━━ SOURCE DATA ━━
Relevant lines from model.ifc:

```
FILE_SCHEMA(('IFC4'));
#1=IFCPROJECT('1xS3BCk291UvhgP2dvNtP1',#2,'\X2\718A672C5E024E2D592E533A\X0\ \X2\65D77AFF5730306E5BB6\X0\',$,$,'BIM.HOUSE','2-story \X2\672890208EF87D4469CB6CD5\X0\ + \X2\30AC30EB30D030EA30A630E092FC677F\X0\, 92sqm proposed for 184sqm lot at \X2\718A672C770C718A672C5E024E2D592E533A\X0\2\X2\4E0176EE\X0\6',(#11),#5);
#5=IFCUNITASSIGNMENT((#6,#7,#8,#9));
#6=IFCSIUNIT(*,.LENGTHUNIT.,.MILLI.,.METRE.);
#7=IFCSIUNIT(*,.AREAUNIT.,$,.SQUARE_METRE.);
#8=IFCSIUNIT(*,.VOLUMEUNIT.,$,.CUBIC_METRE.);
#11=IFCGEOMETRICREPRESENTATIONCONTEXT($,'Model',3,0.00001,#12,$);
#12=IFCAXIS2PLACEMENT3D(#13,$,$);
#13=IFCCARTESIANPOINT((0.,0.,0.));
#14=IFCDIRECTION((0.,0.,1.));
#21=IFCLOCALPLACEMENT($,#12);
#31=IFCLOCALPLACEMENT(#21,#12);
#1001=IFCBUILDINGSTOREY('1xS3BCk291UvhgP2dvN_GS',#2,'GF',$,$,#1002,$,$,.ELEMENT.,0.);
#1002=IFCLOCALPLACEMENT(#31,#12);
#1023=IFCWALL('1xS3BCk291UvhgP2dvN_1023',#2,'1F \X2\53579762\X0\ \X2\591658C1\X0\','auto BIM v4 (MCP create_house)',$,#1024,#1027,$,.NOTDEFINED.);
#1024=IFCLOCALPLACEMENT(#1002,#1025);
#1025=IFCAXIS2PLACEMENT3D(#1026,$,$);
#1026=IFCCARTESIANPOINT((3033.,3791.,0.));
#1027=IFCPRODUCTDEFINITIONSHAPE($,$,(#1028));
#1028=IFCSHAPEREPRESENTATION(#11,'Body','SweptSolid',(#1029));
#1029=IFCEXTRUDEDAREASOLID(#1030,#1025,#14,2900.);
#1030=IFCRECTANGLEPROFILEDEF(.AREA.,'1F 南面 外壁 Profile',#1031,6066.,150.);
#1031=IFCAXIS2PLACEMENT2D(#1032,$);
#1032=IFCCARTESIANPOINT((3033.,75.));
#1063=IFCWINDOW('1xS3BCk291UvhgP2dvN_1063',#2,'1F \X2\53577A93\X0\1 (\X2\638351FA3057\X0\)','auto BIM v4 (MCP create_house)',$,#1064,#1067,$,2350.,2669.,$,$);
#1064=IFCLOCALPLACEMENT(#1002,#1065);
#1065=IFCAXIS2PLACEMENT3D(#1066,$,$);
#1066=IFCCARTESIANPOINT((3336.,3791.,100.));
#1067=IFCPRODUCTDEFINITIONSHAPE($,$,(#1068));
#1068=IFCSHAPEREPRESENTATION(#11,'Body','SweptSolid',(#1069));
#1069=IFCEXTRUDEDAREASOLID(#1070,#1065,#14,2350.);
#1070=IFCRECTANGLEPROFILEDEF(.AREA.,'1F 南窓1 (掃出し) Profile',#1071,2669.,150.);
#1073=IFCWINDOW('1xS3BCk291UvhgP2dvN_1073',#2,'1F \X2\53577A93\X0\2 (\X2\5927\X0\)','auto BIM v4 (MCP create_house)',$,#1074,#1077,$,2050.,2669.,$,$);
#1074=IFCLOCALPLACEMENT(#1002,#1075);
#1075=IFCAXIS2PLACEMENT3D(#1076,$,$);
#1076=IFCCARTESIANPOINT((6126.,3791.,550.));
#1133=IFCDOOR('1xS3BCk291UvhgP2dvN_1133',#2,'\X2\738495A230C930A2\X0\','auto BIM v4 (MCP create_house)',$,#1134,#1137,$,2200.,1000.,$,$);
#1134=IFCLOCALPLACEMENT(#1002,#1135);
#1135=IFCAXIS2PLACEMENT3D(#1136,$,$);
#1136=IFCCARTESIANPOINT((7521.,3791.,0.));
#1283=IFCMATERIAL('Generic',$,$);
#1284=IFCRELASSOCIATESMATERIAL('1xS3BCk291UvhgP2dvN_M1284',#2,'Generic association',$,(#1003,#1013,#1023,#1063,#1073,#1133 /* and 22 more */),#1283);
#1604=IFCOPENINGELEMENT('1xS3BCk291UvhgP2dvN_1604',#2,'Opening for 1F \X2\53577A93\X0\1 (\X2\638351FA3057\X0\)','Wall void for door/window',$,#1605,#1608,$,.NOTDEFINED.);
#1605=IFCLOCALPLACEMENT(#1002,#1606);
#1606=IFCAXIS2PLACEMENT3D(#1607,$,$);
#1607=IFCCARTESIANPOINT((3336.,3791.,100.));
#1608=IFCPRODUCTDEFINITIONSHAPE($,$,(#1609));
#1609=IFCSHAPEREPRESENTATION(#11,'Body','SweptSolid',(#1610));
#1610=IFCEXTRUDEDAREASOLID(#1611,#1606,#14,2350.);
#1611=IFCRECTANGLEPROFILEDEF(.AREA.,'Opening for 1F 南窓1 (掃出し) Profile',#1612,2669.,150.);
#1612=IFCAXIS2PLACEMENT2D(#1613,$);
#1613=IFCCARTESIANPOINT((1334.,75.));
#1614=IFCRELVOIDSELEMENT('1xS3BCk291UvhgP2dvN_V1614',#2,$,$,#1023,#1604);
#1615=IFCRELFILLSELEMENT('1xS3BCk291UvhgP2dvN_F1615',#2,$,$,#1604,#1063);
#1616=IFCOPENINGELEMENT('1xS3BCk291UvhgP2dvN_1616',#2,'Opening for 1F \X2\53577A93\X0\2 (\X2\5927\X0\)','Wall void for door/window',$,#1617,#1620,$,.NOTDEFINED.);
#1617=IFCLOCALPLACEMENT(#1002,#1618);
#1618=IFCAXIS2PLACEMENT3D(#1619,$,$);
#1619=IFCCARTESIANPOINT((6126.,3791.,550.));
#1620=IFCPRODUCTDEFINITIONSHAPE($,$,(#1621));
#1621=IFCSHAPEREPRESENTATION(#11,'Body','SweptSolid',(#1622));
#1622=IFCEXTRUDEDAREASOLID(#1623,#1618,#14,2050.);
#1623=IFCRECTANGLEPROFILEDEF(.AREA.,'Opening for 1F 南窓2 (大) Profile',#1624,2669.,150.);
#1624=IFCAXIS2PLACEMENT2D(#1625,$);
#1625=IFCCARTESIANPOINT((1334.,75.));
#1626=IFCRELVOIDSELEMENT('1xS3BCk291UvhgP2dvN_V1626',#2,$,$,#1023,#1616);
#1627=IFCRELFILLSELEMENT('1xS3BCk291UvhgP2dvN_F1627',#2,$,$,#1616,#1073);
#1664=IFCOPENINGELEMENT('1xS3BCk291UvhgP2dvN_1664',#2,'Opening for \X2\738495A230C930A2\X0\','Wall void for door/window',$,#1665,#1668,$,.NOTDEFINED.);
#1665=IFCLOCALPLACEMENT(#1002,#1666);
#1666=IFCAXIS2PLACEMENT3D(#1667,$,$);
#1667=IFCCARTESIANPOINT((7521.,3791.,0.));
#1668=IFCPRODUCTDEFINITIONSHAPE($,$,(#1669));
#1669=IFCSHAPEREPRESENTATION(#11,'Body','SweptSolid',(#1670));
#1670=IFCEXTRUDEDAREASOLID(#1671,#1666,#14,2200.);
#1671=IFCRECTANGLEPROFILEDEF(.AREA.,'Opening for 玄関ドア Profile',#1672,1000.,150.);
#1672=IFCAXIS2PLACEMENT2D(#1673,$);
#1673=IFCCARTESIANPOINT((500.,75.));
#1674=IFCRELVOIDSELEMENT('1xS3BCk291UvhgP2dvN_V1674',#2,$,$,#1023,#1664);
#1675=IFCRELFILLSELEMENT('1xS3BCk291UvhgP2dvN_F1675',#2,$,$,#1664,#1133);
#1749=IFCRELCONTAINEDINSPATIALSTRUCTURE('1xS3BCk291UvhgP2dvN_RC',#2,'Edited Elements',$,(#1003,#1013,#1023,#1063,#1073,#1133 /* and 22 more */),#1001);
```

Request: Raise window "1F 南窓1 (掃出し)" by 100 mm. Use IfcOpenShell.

```python
import numpy as np
import ifcopenshell
import ifcopenshell.api.geometry
import ifcopenshell.util.placement
import ifcopenshell.util.unit

model = ifcopenshell.open("model.ifc")
unit_scale = ifcopenshell.util.unit.calculate_unit_scale(model)

window = model.by_guid("1xS3BCk291UvhgP2dvN_1063")
opening = window.FillsVoids[0].RelatingOpeningElement
dz = 0.1 / unit_scale

shift = np.array([0.0, 0.0, dz])
# The window is not placed relative to its opening, so move both.
for product in (opening, window):
    matrix = ifcopenshell.util.placement.get_local_placement(product.ObjectPlacement)
    matrix[:3, 3] += shift
    ifcopenshell.api.geometry.edit_object_placement(model, product=product, matrix=matrix, is_si=False)

print(f"moved by {dz * unit_scale:+.3f} m")

model.write("model_v2.ifc")
```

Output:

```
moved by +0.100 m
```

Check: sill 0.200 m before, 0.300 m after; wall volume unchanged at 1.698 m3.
━━━
PROBLEM TO SOLVE:
Which lines in the listing hold the word "auto"? Copy them out.

FINISHED EXERCISE:
#1023=IFCWALL('1xS3BCk291UvhgP2dvN_1023',#2,'1F \X2\53579762\X0\ \X2\591658C1\X0\','auto BIM v4 (MCP create_house)',$,#1024,#1027,$,.NOTDEFINED.);
#1063=IFCWINDOW('1xS3BCk291UvhgP2dvN_1063',#2,'1F \X2\53577A93\X0\1 (\X2\638351FA3057\X0\)','auto BIM v4 (MCP create_house)',$,#1064,#1067,$,2350.,2669.,$,$);
#1073=IFCWINDOW('1xS3BCk291UvhgP2dvN_1073',#2,'1F \X2\53577A93\X0\2 (\X2\5927\X0\)','auto BIM v4 (MCP create_house)',$,#1074,#1077,$,2050.,2669.,$,$);
#1133=IFCDOOR('1xS3BCk291UvhgP2dvN_1133',#2,'\X2\738495A230C930A2\X0\','auto BIM v4 (MCP create_house)',$,#1134,#1137,$,2200.,1000.,$,$);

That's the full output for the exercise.